Abstract
Biomedical data, encompassing genetic profiles, imaging biomarkers, and electronic health records, play a crucial role in advancing precision medicine and clinical decision-making by enabling the estimation of treatment effects, disease progression, and patient-specific risk prediction. However, extracting meaningful and reliable information from such high-dimensional, heterogeneous biomedical data requires advanced statistical and computational methodologies. This dissertation develops novel nonparametric and semiparametric statistical methods across two broad domains: functional and imaging data analysis, and causal inference for multilevel semi-competing risks data.

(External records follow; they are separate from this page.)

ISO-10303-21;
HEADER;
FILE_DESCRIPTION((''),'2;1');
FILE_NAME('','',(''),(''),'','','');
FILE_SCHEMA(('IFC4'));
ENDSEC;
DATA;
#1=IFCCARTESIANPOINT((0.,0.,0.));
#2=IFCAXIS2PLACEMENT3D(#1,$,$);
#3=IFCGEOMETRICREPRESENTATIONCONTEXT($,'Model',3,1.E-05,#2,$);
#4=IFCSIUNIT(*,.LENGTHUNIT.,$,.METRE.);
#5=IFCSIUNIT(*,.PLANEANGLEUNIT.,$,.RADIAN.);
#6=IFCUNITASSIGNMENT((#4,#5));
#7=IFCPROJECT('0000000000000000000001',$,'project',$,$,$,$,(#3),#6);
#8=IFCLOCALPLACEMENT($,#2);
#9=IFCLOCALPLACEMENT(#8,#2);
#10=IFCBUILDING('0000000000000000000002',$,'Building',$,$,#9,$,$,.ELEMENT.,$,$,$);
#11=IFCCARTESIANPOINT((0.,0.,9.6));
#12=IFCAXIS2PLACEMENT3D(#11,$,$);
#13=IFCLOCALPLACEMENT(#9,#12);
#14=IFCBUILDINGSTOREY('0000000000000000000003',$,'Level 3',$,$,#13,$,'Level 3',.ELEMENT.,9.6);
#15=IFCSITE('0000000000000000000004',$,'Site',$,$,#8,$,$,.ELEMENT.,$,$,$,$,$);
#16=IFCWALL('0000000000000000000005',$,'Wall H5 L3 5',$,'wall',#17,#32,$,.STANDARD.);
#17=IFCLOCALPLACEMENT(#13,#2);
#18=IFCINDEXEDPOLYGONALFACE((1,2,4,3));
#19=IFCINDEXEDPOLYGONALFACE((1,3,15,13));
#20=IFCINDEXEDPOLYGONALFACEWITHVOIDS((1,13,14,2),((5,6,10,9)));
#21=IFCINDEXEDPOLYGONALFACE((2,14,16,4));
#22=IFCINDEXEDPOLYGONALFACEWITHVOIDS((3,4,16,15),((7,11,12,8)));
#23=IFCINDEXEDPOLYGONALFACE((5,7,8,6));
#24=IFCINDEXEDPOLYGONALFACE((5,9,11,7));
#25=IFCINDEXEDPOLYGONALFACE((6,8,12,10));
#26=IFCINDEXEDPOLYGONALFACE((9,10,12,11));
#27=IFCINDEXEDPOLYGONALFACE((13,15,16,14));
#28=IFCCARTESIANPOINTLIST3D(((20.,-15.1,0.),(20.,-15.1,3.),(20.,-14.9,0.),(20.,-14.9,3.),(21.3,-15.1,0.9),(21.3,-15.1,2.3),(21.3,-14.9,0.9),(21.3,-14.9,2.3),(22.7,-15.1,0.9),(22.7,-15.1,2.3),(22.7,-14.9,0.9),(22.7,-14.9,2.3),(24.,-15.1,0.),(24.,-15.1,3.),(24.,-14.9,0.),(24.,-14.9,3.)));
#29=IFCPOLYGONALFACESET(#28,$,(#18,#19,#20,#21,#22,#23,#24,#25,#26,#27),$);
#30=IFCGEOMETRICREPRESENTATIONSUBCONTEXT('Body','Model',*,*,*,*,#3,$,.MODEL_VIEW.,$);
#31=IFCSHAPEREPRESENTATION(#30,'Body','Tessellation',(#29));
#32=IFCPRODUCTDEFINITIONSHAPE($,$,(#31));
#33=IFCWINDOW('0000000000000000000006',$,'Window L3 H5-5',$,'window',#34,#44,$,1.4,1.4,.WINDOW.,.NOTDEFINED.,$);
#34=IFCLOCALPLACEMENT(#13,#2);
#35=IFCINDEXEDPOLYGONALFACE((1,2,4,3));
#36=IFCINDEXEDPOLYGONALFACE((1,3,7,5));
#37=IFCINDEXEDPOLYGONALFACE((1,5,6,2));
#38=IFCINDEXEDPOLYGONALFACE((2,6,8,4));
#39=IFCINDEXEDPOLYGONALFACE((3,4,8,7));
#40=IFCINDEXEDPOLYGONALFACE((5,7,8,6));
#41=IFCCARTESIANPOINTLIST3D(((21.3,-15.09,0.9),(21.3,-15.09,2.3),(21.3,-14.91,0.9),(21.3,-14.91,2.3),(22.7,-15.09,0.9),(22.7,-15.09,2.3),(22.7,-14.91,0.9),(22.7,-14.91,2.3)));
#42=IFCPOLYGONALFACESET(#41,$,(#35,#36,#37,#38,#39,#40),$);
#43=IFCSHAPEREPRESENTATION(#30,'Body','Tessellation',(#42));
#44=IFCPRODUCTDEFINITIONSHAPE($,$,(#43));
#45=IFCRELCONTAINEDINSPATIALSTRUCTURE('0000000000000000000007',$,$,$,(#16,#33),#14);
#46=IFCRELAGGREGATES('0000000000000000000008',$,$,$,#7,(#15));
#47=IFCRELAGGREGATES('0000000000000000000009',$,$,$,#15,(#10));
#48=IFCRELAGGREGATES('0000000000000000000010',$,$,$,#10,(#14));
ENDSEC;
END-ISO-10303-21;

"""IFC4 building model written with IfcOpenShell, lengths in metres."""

from ifc_helpers import new_model, si_unit, frame, frame_2d, origin, origin_2d, place, context, subcontext, project, spatial, rectangle, extrude, element, fill, save


model = new_model("IFC4")

# Units and contexts
model_context = context("Model", 3, precision=1e-05, world=origin())
body_context = subcontext(model_context, "Body", "Model", "MODEL_VIEW")
ifc_project = project(units=[si_unit("LENGTHUNIT", "METRE"), si_unit("PLANEANGLEUNIT", "RADIAN")], contexts=[model_context])

# Site, building, storey
site_placement = place(None, origin())
site = spatial("IfcSite", under=ifc_project, at=site_placement, Name="Site", CompositionType="ELEMENT")
building_placement = place(site_placement, origin())
building = spatial("IfcBuilding", under=site, at=building_placement, Name="Building", CompositionType="ELEMENT")
storey_placement = place(building_placement, frame((0.0, 0.0, 9.6)))
storey = spatial("IfcBuildingStorey", under=building, at=storey_placement, Name="Level 3", LongName="Level 3", CompositionType="ELEMENT", Elevation=9.6)

# Wall, opening, window
wall_1_placement = place(storey_placement, frame((20.0, -15.0, 0.0), z_axis=(0.0, 0.0, 1.0), x_axis=(1.0, 0.0, 0.0)))
wall_1 = element("IfcWall", 1, at=wall_1_placement, inside=storey, Name="Wall H5 L3 5", ObjectType="wall", PredefinedType="STANDARD", context=body_context, shape_type="SweptSolid", body=[
    extrude(rectangle(XDim=4.0, YDim=0.2, at=frame_2d((2.0, 0.0))), origin(), (0.0, 0.0, 1.0), 3.0),
])
opening_1_placement = place(storey_placement, frame((22.0, -15.0, 0.9), z_axis=(0.0, 0.0, 1.0), x_axis=(1.0, 0.0, 0.0)))
opening_1 = element("IfcOpeningElement", 2, at=opening_1_placement, cuts=wall_1, ObjectType="Opening", PredefinedType="OPENING", context=body_context, shape_type="SweptSolid", body=[
    extrude(rectangle(XDim=1.4, YDim=0.22, at=origin_2d()), origin(), (0.0, 0.0, 1.0), 1.4),
])
window_1_placement = place(storey_placement, frame((22.0, -15.0, 0.9), z_axis=(0.0, 0.0, 1.0), x_axis=(1.0, 0.0, 0.0)))
window_1 = element("IfcWindow", 3, at=window_1_placement, inside=storey, Name="Window L3 H5-5", ObjectType="window", OverallHeight=1.4, OverallWidth=1.4, PartitioningType="NOTDEFINED", PredefinedType="WINDOW", context=body_context, shape_type="SweptSolid", body=[
    extrude(rectangle(XDim=1.4, YDim=0.18, at=origin_2d()), origin(), (0.0, 0.0, 1.0), 1.4),
])
fill(opening_1, window_1)

save(model, "model.ifc")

The first part of this dissertation addresses the analysis of functional and imaging outcomes in neuroimaging studies. In Chapter 2 we propose a longitudinal image-on-scalar regression framework that jointly models nonlinear temporal dynamics and spatially varying covariate effects on brain imaging responses. Multivariate splines over triangulation accommodate irregular brain geometry, and a scalable distributed learning algorithm based on Hilbert space-filling curve domain decomposition enables computation at large scale. In Chapter 3 we develop a framework for estimating the functional conditional average treatment effect (fCATE) to characterize how the spatially distributed effect of multiple treatments on imaging outcomes varies across individuals with heterogeneous clinical and genetic profiles. A double machine learning approach based on Robinson-type orthogonalization and deep learning yields robust, debiased estimates of heterogeneous treatment effects in high-dimensional functional imaging settings. Both methods are evaluated using the Alzheimer's Disease Neuroimaging Initiative (ADNI) dataset.
The second part of this dissertation develops a unified semiparametric framework for causal inference in multilevel semi-competing risks data, motivated by population-based comparative effectiveness research using observational healthcare data such as SEER-Medicare. In such settings, patients are clustered within healthcare providers, may experience a non-terminal event (e.g., cancer recurrence) that is subject to dependent censoring by a terminal event (e.g., death), and treatment assignment is subject to confounding. In Chapter 4, we propose a copula-based hierarchical regression model with time-varying coefficients, estimated through a two-stage procedure combining penalized pseudo-likelihood and nonlinear estimating equations, and establish the consistency and asymptotic normality of the proposed estimators. Chapter 5 extends this framework to address confounding using propensity score (PS) weighting via inverse probability of treatment weighting (IPTW), targeting the average treatment effect (ATE) by reweighting the observed sample to balance covariate distributions across treatment groups. Chapter 6 instead employs propensity score matching (PSM) to target the average treatment effect for the treated (ATT), constructing a matched control group that is directly comparable to the treated population. Both PS approaches consider marginal, fixed-effect, and random-effect propensity score models to appropriately account for multilevel data structure, and asymptotic properties are established for each. All three chapters are illustrated through a multi-institutional study of breast cancer data.